Atlantic, How Obama Now 'Owns Syria'; The far-ranging implications of the president's decision to provide arms to anti-Assad rebels, Michael Hirsch, June 14, 2014. As he has done all along, Barack Obama is edging his way up to the precipice in Syria, and even now the president very much does not want to jump in--not into America's third major war in the past decade. Even while announcing what was billed as a major shift of policy Thursday, Obama signaled that he is unwilling to put American boots on the ground or even to be seen as taking the lead in the conflict in Syria. Judging from the latest signals from the White House, Obama wants the newly announced U.S. military aid to the Syrian rebels to be kept to a stringent minimum, and he wants it to be seen as part of a broader Western aid effort. The issue now is whether the president is deluding himself that he can limit involvement that way. "In a sense, Obama owns Syria now," says Joshua Landis, a highly regarded Syria expert at the University of Oklahoma. "I presume he'll try to go in toe by toe.... But he has to decide what his objectives are, which he hasn't. Does he want to provide just enough arms to keep the status quo and divide Syria in two? Does he want to give them enough to take Damascus and drive the Alawites [President Bashar al-Assad's ruling sect] into the mountains? Does he want he want to see them take over the entire country?"

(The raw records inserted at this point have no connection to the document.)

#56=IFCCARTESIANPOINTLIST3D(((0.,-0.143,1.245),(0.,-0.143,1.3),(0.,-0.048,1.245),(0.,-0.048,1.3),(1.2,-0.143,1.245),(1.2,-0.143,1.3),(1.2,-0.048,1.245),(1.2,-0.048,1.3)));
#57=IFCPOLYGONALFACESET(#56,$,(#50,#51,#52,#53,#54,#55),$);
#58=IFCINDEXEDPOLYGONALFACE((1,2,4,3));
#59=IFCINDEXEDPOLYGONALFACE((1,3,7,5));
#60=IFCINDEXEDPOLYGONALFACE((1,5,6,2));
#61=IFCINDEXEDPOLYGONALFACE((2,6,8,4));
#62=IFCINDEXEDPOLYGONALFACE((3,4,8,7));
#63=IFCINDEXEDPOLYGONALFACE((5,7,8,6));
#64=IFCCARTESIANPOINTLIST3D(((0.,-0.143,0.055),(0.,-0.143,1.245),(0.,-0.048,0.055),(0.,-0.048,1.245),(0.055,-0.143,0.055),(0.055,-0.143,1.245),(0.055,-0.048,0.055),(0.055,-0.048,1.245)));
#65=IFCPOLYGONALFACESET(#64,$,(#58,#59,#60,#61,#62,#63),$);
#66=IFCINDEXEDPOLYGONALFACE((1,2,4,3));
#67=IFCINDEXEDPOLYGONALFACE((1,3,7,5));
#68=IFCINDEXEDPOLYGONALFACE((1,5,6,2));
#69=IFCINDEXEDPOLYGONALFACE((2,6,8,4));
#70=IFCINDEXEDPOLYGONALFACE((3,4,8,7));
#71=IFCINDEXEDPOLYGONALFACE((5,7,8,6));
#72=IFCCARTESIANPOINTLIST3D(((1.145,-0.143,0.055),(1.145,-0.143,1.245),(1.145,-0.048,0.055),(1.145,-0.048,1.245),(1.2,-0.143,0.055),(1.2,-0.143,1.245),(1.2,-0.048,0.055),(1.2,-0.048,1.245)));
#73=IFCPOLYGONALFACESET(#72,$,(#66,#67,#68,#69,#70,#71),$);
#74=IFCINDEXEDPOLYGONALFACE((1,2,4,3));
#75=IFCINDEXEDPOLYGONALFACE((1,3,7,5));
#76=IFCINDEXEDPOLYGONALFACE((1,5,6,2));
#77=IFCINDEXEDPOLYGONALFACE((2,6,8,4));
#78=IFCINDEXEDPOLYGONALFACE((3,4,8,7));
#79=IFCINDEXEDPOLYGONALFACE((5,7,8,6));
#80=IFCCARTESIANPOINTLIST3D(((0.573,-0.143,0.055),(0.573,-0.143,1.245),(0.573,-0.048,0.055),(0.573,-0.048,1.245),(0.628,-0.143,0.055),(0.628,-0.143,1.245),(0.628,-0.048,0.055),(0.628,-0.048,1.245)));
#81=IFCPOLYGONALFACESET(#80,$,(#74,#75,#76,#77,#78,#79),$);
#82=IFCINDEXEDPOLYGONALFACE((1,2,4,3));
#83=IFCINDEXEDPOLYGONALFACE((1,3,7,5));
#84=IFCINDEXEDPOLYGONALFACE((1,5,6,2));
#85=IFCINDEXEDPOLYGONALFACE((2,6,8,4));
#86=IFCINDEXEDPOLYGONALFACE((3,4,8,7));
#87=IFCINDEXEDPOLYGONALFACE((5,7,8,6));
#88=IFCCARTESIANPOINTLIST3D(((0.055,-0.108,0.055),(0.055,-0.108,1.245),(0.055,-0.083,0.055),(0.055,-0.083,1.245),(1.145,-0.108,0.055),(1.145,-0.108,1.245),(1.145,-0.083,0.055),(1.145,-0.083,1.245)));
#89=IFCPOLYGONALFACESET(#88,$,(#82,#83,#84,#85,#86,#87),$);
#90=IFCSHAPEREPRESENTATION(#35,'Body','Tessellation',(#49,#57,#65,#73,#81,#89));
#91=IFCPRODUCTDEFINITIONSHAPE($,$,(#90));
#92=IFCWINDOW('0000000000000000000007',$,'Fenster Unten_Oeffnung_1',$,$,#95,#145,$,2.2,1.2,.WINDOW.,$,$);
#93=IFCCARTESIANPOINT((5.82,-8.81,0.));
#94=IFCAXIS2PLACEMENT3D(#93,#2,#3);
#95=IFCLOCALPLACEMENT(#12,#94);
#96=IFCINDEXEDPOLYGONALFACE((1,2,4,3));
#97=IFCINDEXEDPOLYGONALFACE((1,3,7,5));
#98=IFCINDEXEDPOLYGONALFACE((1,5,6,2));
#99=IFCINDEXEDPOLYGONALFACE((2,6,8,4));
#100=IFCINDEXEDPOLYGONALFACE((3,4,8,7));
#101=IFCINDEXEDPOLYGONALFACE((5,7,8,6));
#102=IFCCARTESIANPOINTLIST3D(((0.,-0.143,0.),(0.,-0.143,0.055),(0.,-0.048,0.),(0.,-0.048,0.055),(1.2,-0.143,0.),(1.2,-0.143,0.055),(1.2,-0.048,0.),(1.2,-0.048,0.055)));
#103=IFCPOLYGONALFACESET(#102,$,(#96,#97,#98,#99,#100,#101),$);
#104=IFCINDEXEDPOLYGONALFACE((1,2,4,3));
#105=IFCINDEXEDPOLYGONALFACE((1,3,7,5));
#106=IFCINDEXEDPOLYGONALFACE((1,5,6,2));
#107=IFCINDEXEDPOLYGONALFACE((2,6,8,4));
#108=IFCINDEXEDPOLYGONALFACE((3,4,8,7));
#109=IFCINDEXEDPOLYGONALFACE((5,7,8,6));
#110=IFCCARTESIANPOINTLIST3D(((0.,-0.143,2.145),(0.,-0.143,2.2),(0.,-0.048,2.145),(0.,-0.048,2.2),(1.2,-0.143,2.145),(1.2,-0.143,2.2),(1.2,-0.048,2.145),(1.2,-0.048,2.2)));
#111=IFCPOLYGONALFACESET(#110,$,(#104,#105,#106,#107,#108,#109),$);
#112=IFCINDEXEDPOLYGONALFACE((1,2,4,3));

FireDogLake, Uncle Sam = Big Brother? U.S. Rep. Alan Grayson, right, June 14, 2013. In George Orwell’s novel 1984, “Big Brother” is the dictator of Oceania. No one knows whether Big Brother is a real person, or simply the personification of the dictatorship. Big Brother spies on every citizen through “telescreens.” Everyone is reminded constantly, “Big Brother is Watching You.” Let’s compare that to the recent revelations about the Orwellian-named National Security Agency (NSA), an arm of the U.S. Department of Defense. The NSA has not denied that it is collecting call records on every America. On the contrary, the NSA sees nothing wrong with it. I see three fundamental problems with this:
1.This is worse than the proverbial “fishing expedition”; this is like putting the entire ocean through a sieve. It makes a mockery of the Fourth Amendment’s requirement that government searches be “particular.”
2.This assumes not only that everyone is guilty until proven innocent, but that everyone is guilty. The Fourth Amendment limits searches to cases of “probable cause,” meaning that a prudent and cautious person would reasonably believe that the search will yield evidence of a crime. Obviously, most phone records have absolutely nothing to do with the commission of any crime.
3.Providing this information to the Department of Defense violates the fundamental principle that our military does not operate on American soil, against American citizens. That principle has been embodied in law since the 1870s. From this perspective, providing this personal call record information to DoD is no different from providing it to the CIA – another agency that is not allowed to operate on US soil.